## Your assignment
Go through the material and copy every line in which "IFCSIUNIT" appears.

▬▬▬

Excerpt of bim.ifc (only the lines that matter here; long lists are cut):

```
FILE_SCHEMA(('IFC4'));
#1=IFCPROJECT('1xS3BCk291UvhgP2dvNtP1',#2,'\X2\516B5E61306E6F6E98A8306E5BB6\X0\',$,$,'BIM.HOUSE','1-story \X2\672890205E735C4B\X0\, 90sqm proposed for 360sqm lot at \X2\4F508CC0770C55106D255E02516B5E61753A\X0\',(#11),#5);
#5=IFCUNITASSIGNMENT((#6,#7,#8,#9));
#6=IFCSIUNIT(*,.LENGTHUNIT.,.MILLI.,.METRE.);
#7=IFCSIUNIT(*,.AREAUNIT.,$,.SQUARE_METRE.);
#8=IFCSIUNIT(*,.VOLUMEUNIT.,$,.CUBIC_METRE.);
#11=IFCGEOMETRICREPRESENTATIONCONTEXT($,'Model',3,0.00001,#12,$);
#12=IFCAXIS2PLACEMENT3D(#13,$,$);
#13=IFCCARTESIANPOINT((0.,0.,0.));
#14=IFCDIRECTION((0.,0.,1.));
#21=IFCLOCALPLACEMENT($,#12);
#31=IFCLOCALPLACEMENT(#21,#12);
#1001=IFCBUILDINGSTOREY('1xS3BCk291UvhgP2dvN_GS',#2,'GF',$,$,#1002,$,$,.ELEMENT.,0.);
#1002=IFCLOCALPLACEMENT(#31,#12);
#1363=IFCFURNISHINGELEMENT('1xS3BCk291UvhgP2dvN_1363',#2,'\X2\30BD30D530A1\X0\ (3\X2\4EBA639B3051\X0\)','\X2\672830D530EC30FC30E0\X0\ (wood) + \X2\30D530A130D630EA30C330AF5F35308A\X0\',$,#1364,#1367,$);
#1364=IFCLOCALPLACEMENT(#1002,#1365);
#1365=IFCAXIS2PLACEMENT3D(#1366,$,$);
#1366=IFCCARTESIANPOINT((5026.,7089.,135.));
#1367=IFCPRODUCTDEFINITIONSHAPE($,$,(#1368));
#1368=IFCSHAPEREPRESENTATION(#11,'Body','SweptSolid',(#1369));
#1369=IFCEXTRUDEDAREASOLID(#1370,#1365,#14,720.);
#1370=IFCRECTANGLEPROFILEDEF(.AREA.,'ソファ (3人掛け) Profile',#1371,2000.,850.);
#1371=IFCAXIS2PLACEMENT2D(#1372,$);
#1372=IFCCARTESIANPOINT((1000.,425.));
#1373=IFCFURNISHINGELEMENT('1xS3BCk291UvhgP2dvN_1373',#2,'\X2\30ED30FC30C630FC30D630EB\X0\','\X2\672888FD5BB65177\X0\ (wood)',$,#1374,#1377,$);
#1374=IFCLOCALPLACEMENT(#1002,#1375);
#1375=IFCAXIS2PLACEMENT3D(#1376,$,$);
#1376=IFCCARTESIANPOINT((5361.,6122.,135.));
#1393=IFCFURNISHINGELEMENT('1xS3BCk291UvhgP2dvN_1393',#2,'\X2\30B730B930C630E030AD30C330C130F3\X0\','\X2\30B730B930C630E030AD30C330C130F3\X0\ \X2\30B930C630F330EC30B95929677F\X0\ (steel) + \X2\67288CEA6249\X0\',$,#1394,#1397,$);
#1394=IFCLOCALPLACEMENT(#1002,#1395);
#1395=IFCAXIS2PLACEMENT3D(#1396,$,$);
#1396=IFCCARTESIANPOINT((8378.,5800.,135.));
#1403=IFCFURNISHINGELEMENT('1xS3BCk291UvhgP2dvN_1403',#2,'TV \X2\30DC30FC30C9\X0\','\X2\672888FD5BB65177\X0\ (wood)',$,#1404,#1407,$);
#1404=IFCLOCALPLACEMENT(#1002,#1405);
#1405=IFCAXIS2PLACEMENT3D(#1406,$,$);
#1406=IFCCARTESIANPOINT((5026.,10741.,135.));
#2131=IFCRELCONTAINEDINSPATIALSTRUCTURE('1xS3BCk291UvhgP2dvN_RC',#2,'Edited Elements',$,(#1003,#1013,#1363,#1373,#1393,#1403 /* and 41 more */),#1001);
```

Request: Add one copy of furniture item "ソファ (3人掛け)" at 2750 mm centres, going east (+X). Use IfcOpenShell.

```python
import numpy as np
import ifcopenshell
import ifcopenshell.api.geometry
import ifcopenshell.api.root
import ifcopenshell.util.element
import ifcopenshell.util.placement
import ifcopenshell.util.unit

model = ifcopenshell.open("bim.ifc")
unit_scale = ifcopenshell.util.unit.calculate_unit_scale(model)


def reuse_history(source, copy):
    """copy_class also copies each property set's owner history, people and application; keep the originals."""
    for rel in copy.IsDefinedBy:
        if rel.is_a("IfcRelDefinesByProperties") and (history := rel.RelatingPropertyDefinition.OwnerHistory):
            rel.RelatingPropertyDefinition.OwnerHistory = source.OwnerHistory
            ifcopenshell.util.element.remove_deep2(model, history)


source = model.by_guid("1xS3BCk291UvhgP2dvN_1363")
base = ifcopenshell.util.placement.get_local_placement(source.ObjectPlacement)
step = np.array([1.0, 0.0, 0.0]) * 2.75 / unit_scale

for i in range(1, 2):
    copy = ifcopenshell.api.root.copy_class(model, product=source)
    copy.Representation = ifcopenshell.util.element.copy_deep(
        model, source.Representation, exclude=["IfcGeometricRepresentationContext", "IfcRepresentationMap"]
    )
    reuse_history(source, copy)
    matrix = base.copy()
    matrix[:3, 3] += i * step
    print("added at", matrix[:3, 3].round(3) + 0.0)
    ifcopenshell.api.geometry.edit_object_placement(model, product=copy, matrix=matrix, is_si=False)

model.write("bim-out.ifc")
```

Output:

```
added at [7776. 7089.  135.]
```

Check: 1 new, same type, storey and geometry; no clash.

▬▬▬

## Solution to this task
#6=IFCSIUNIT(*,.LENGTHUNIT.,.MILLI.,.METRE.);
#7=IFCSIUNIT(*,.AREAUNIT.,$,.SQUARE_METRE.);
#8=IFCSIUNIT(*,.VOLUMEUNIT.,$,.CUBIC_METRE.);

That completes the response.